From 1969 to 1971, Jackiw was honored as an Alfred P. Sloan Research Fellow, and from 1977 to 1978 as a John Simon Guggenheim Memorial Fellow. In 1995 Jackiw received the Dannie Heineman Prize for Mathematical Physics from the American Physical Society “for his creative use of quantum field theory to clarify physical problems, including his work on topological solitons, field theory at high temperatures, the presence of anomalies, and the function of these abnormalities in particle physics.” In 2007 he received the Bonnor Essay Prize from Queen Mary University of London.
He was a member of the American Academy of Arts and Sciences, the American Physical Society, and the National Academy of Sciences, and a foreign member of the Ukrainian National Academy of Sciences.

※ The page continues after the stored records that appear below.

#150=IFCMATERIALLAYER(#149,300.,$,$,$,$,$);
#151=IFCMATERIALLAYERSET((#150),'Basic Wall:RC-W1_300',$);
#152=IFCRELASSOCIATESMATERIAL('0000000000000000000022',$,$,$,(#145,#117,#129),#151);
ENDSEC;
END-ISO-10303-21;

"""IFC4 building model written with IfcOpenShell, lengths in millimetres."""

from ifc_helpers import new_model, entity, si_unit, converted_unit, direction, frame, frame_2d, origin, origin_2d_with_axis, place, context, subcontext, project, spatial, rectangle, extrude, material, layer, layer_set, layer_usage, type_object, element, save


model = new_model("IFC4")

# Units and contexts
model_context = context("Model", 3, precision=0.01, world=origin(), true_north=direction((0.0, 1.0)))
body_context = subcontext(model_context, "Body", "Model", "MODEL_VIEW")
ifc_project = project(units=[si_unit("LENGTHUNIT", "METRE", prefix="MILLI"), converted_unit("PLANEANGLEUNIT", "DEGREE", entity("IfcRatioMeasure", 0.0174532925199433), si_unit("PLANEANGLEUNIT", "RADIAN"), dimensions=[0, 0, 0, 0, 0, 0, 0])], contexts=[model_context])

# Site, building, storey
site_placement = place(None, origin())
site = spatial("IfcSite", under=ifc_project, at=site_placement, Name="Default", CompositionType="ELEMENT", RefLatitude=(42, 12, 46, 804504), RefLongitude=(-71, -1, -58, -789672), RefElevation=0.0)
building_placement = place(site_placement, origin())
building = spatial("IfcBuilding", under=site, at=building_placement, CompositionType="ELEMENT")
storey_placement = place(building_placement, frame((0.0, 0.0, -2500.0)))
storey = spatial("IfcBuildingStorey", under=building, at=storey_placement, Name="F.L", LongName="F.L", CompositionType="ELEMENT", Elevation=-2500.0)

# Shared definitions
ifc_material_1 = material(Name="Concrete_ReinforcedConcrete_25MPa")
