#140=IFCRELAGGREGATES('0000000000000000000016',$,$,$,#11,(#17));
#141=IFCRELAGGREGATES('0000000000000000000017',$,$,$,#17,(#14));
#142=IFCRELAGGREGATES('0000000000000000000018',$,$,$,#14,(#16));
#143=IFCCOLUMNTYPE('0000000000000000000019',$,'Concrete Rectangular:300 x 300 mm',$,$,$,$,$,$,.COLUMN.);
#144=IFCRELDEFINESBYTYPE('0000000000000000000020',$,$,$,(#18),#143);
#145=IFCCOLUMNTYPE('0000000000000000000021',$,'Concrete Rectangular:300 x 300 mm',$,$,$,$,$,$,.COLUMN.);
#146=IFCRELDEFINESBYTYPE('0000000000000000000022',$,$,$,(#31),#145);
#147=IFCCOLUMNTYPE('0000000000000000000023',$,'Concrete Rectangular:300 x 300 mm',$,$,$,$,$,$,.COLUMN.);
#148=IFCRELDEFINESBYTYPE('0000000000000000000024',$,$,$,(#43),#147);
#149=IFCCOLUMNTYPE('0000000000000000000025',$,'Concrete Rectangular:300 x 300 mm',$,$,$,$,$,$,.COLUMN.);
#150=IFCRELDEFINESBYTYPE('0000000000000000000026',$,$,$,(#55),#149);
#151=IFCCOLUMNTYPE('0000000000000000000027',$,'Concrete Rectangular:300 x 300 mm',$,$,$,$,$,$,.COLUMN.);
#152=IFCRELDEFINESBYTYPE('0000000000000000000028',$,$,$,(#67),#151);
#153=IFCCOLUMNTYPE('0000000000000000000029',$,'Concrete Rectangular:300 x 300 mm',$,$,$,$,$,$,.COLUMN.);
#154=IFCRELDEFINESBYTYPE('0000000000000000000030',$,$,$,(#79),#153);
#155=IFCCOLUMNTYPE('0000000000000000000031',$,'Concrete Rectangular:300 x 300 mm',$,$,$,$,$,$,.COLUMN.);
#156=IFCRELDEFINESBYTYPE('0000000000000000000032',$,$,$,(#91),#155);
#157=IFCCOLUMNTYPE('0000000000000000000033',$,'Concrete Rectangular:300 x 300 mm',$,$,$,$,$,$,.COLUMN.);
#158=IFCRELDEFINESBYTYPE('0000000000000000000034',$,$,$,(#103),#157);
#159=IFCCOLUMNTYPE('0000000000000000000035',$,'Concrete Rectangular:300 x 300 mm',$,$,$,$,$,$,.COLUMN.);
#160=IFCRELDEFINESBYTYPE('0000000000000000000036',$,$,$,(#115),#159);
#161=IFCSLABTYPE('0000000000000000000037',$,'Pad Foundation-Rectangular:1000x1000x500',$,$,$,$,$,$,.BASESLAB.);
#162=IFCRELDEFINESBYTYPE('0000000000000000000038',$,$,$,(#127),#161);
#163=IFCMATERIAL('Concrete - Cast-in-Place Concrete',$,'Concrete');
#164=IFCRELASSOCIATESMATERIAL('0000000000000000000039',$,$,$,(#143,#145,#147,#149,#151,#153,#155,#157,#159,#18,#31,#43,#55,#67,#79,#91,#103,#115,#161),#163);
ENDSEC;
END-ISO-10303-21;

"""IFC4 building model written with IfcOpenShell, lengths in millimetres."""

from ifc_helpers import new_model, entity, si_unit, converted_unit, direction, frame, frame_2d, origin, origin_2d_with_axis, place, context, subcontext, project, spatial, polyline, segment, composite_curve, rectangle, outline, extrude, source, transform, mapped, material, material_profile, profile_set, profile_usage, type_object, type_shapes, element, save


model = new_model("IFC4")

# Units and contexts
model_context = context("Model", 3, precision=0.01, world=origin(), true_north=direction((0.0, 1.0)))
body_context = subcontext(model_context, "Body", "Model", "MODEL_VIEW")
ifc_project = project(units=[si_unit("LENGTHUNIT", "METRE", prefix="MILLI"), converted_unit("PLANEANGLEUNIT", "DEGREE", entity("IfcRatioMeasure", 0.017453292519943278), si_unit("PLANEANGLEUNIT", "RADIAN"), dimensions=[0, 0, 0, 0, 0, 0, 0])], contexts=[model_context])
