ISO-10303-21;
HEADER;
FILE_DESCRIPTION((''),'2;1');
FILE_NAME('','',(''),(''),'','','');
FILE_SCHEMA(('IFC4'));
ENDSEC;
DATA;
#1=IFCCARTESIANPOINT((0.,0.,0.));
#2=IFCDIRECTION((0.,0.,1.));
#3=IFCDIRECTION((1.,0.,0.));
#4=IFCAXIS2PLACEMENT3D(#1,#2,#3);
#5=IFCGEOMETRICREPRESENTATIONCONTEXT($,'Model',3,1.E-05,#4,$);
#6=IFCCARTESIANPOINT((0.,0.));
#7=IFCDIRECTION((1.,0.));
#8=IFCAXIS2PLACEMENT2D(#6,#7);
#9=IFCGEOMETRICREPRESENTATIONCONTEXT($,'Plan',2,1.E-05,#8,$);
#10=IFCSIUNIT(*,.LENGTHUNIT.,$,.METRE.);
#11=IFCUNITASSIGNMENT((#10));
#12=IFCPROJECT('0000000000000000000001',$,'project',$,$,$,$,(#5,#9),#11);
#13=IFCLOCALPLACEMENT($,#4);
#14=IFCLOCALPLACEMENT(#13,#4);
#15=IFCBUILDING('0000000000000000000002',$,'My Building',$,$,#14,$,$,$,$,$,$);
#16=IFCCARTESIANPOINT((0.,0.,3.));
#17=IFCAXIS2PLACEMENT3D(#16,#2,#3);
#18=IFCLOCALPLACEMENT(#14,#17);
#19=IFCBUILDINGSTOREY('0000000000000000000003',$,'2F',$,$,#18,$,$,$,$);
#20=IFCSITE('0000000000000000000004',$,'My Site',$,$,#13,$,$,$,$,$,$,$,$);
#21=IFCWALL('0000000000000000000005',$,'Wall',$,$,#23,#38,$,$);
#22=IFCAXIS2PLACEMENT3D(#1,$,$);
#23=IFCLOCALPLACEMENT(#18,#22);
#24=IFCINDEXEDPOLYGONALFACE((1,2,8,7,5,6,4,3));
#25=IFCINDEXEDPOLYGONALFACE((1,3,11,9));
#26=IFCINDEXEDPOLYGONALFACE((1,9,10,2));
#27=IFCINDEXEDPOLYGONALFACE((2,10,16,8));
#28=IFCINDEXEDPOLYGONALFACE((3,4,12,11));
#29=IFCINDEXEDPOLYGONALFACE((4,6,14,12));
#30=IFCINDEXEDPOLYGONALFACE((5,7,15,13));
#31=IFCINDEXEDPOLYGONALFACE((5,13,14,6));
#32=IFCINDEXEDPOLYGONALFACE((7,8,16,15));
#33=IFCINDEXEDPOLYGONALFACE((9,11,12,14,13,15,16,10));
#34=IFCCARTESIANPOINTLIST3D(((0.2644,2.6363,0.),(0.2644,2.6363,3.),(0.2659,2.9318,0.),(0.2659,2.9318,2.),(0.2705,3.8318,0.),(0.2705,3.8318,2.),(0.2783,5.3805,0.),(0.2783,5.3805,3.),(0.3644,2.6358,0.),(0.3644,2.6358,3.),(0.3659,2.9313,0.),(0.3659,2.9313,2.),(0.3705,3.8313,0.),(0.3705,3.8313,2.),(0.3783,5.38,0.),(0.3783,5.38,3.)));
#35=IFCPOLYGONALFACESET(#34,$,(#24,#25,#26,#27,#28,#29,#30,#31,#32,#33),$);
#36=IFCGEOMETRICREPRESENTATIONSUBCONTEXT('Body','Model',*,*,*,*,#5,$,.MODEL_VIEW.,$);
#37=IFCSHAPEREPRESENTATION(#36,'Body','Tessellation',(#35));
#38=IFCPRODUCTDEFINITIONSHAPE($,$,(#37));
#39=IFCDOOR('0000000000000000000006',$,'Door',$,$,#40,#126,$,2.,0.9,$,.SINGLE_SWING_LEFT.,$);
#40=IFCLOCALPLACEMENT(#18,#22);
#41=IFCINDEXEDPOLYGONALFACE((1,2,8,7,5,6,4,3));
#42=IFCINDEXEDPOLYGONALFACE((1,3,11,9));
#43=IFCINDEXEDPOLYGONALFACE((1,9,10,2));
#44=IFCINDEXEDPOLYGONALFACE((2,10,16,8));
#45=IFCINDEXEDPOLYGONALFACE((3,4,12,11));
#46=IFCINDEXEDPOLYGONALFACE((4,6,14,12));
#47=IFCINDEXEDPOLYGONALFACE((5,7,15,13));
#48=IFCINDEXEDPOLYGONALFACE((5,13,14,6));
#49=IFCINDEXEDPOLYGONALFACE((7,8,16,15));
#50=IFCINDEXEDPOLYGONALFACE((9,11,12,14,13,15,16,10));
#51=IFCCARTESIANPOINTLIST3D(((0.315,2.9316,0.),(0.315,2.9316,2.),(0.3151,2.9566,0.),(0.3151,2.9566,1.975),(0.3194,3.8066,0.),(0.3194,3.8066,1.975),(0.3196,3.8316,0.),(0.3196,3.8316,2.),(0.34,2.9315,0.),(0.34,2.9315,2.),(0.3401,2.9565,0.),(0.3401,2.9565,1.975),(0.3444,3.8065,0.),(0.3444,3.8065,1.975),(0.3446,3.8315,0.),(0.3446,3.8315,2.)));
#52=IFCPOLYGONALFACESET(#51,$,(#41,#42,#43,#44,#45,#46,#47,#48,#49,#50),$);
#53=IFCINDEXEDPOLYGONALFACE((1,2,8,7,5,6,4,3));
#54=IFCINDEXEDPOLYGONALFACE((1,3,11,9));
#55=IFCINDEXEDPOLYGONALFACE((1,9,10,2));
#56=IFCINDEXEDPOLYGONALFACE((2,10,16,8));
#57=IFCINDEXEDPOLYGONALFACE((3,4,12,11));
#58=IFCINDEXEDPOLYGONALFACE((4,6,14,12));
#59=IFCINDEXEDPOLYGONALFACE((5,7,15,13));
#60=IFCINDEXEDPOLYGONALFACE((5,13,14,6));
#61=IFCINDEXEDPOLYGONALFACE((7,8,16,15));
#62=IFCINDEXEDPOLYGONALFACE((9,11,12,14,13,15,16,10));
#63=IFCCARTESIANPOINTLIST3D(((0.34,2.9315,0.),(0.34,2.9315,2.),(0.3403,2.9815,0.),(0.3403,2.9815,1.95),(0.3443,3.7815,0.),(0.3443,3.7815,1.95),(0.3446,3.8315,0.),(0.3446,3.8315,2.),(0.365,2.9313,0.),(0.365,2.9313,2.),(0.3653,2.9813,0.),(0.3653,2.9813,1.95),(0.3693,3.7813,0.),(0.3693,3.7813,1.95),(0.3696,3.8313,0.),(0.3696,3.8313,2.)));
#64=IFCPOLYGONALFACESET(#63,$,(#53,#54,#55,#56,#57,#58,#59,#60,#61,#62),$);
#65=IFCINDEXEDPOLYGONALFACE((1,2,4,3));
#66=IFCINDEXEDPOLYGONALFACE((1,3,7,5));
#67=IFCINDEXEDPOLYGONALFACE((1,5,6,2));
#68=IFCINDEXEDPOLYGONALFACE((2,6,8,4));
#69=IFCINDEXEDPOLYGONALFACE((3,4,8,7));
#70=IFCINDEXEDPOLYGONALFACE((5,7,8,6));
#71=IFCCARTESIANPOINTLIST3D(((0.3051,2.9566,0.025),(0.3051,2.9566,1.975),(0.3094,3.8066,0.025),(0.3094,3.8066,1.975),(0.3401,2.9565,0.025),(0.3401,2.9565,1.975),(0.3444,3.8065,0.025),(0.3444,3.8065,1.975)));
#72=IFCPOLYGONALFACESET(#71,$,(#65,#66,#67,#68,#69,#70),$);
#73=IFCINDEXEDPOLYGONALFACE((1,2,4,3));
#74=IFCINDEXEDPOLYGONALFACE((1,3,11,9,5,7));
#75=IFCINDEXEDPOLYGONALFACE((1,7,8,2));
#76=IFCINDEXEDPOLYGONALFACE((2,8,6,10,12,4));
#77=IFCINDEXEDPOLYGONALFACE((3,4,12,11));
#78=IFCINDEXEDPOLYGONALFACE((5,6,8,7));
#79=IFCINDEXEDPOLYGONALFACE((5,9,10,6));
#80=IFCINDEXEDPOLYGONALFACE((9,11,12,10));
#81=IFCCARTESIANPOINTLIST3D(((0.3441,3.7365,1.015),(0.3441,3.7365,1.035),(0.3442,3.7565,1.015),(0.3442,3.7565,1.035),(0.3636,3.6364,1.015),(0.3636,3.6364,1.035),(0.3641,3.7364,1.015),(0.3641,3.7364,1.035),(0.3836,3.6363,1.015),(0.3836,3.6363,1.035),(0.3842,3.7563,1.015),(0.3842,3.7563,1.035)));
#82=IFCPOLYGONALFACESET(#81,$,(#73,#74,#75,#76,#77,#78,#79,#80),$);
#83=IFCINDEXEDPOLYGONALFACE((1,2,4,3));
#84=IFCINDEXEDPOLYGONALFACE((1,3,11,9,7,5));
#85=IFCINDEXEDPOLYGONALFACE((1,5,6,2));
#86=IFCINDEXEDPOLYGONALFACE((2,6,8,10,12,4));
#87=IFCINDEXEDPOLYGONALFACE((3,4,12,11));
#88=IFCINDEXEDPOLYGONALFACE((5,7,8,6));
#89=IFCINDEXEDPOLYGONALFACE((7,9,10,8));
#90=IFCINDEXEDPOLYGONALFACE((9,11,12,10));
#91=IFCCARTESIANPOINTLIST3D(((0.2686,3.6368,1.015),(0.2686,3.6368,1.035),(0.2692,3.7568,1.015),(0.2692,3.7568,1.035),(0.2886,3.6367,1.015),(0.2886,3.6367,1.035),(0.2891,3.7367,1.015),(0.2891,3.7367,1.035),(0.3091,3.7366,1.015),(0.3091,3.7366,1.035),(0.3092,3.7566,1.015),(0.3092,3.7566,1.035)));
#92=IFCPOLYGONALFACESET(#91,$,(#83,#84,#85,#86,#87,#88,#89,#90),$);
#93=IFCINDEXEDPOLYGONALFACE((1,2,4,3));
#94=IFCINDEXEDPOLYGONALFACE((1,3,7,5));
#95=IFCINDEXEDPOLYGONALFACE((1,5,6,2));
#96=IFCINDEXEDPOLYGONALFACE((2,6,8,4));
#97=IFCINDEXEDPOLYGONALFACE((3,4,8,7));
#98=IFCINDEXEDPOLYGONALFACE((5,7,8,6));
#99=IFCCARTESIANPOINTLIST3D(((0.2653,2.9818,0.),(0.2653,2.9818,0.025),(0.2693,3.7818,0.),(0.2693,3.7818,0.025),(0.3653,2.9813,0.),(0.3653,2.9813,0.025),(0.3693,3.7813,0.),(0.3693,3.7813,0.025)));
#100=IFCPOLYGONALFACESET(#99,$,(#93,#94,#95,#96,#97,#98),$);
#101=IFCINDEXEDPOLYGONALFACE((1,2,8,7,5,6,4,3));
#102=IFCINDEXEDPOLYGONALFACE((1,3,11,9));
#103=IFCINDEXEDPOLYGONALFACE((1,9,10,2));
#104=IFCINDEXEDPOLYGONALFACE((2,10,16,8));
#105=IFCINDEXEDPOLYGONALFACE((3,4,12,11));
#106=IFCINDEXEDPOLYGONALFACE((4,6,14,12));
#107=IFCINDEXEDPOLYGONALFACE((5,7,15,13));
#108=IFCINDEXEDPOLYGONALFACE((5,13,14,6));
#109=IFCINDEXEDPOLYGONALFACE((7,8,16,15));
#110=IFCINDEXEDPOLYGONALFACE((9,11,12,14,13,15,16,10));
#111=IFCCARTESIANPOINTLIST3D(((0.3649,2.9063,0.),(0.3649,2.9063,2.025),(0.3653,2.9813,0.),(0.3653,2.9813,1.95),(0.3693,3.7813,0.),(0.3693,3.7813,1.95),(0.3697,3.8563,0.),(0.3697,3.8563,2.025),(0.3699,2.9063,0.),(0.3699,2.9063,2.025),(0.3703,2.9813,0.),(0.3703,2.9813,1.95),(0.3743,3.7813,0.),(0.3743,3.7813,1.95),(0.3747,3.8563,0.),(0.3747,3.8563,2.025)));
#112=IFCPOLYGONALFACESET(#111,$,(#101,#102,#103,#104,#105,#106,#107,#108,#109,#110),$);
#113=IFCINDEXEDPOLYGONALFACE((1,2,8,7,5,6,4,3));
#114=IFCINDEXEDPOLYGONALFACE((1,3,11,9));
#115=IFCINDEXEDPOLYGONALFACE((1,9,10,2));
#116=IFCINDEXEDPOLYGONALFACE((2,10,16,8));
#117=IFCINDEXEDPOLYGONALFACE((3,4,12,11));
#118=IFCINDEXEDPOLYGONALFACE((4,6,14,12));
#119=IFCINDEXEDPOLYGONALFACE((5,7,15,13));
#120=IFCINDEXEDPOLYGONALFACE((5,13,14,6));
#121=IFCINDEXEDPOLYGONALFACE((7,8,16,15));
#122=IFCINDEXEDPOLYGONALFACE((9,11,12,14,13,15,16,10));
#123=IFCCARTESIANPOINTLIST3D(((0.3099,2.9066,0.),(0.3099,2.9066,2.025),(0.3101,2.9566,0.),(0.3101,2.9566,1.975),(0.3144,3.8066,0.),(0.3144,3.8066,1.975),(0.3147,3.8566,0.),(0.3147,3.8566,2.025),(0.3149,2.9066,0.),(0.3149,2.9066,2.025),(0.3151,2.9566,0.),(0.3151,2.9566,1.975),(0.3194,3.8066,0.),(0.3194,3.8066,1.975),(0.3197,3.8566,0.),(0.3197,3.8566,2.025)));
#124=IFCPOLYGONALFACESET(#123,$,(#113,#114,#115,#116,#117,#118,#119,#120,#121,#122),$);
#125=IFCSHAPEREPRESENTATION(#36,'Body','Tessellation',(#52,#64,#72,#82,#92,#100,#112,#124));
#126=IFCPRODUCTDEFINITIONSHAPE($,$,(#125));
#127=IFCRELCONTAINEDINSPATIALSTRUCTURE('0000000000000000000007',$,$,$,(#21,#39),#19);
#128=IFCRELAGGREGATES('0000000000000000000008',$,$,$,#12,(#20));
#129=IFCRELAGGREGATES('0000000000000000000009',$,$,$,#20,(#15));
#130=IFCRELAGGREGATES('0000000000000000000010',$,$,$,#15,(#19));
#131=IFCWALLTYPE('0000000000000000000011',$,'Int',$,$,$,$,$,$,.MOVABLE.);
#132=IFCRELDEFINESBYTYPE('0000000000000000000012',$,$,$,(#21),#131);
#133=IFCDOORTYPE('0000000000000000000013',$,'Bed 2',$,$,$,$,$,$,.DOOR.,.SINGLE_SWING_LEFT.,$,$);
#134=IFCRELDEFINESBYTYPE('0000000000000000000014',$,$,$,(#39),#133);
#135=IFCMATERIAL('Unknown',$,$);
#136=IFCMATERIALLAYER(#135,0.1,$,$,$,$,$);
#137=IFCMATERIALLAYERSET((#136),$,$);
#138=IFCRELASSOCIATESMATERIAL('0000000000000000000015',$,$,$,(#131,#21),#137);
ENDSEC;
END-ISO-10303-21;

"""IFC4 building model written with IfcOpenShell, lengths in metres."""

from ifc_helpers import new_model, entity, si_unit, frame, origin_with_axes, origin_2d_with_axis, place, context, subcontext, project, spatial, line, indexed_curve, outline, extrude, shape, source, transform, mapped, material, layer, layer_set, layer_usage, type_object, type_shapes, element, fill, save


model = new_model("IFC4")

# Units and contexts
model_context = context("Model", 3, precision=1e-05, world=origin_with_axes())
plan_context = context("Plan", 2, precision=1e-05, world=origin_2d_with_axis())
body_context_1 = subcontext(model_context, "Body", "Model", "MODEL_VIEW")
body_context_2 = subcontext(plan_context, "Body", "Plan", "PLAN_VIEW")
ifc_project = project(units=[si_unit("LENGTHUNIT", "METRE")], contexts=[model_context, plan_context])

# Site, building, storey
site_placement = place(None, origin_with_axes())
site = spatial("IfcSite", under=ifc_project, at=site_placement, Name="My Site")
building_placement = place(site_placement, origin_with_axes())
building = spatial("IfcBuilding", under=site, at=building_placement, Name="My Building")
storey_placement = place(building_placement, frame((0.0, 0.0, 3.0), z_axis=(0.0, 0.0, 1.0), x_axis=(1.0, 0.0, 0.0)))
storey = spatial("IfcBuildingStorey", under=building, at=storey_placement, Name="2F")

# Shared definitions
ifc_material = material(Name="Unknown")

# Shared definitions
ifc_layer_1 = layer(ifc_material, 0.1)
ifc_layer_set_1 = layer_set([ifc_layer_1])
wall_type_1 = type_object("IfcWallType", Name="Int", PredefinedType="MOVABLE", material=ifc_layer_set_1)

# Wall, opening, door
ifc_layer_usage_1 = layer_usage(ifc_layer_set_1, "AXIS2", "POSITIVE", 0.0)
wall_1_placement = place(storey_placement, frame((0.3644, 2.6358, 0.0), z_axis=(0.0, 0.0, 1.0), x_axis=(0.005081, 0.999987, 0.0)))
wall_1 = element("IfcWall", 1, at=wall_1_placement, inside=storey, type_object=wall_type_1, material=ifc_layer_usage_1, Name="Wall", context=body_context_1, shape_type="SweptSolid", body=[
    extrude(outline(indexed_curve([(0.0, 0.0), (0.0, 0.1), (2.7442, 0.1), (2.7442, 0.0)], segments=[line(1, 2, 3, 4, 1)])), origin_with_axes(), (0.0, 0.0, 1.0), 3.0),
])
shared_shape_1 = source(origin_with_axes(), body_context_1, "Body", "SweptSolid", [
    extrude(outline(indexed_curve([(0.0, 0.0), (0.9, 0.0), (0.9, 2.0), (0.0, 2.0)], segments=[line(1, 2, 3, 4, 1)])), frame((0.0, -0.6, 0.0), z_axis=(0.0, -1.0, 0.0), x_axis=(1.0, 0.0, 0.0)), (0.0, 0.0, -1.0), 1.2),
])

Honorary doctorates were likewise granted by Turin University, Italy; Uppsala University, Sweden; the Kyiv Bogolyubov Institute, Ukraine; and Montréal University, Canada.
Teacher Jackiw composed 6 other books: “Lectures on Current Algebra and its Applications” (with S. Treiman and D. Gross); “Dynamical Gauge Symmetry Breaking” (with E. Farhi) 1982; “Shelter Island II” (with N. Khuri, S. Weinberg and E. Witten) 1985; “Current Algebra and Anomalies” (With S. Treiman. B. Zumino and E. Witten) 1985; “Diverse Topics in Mathematical and theoretical Physics,” 1995; and “Lectures on Fluid Dynamics,” 2002.
” I have enormous regard for his tradition and accomplishment, and greatly value the doors he has opened for the rest of us,” states Stewart.
He is endured by his partner, So-Young Pi, and 3 kids: Stefan Jackiw, a violinist; Nicholas Jackiw, a software application designer; and Simone Ahlborn, a teacher at Moses Brown School in Providence, Rhode Island. Funeral services will be private.
Roman Jackiw (1939-2023), the Department of Physics Jerrold Zacharias chair and professor emeritus. Jackiw shared the Dirac Medal with Stephen Adler of Princeton University for their “well known triangle anomaly, one of the most extensive examples of the relevance of quantum field theory to the genuine world,” states the citation from the International Centre for Theoretical Physics. He had actually desired to work with Bethe, but Bethe was doing nuclear physics while Jackiw was more interested in particle physics. Pi, presently a Boston University physics teacher emerita, is a recognized physicist who was a co-author on many of Jackiws papers, and is Jackiws widow.
” Roman Jackiw was a giant of theoretical physics, however of a rather uncommon kind,” recalls Daniel Harlow, the Jerrold R. Zacharias Career Development Associate Professor of Physics at the Center for Theoretical Physics.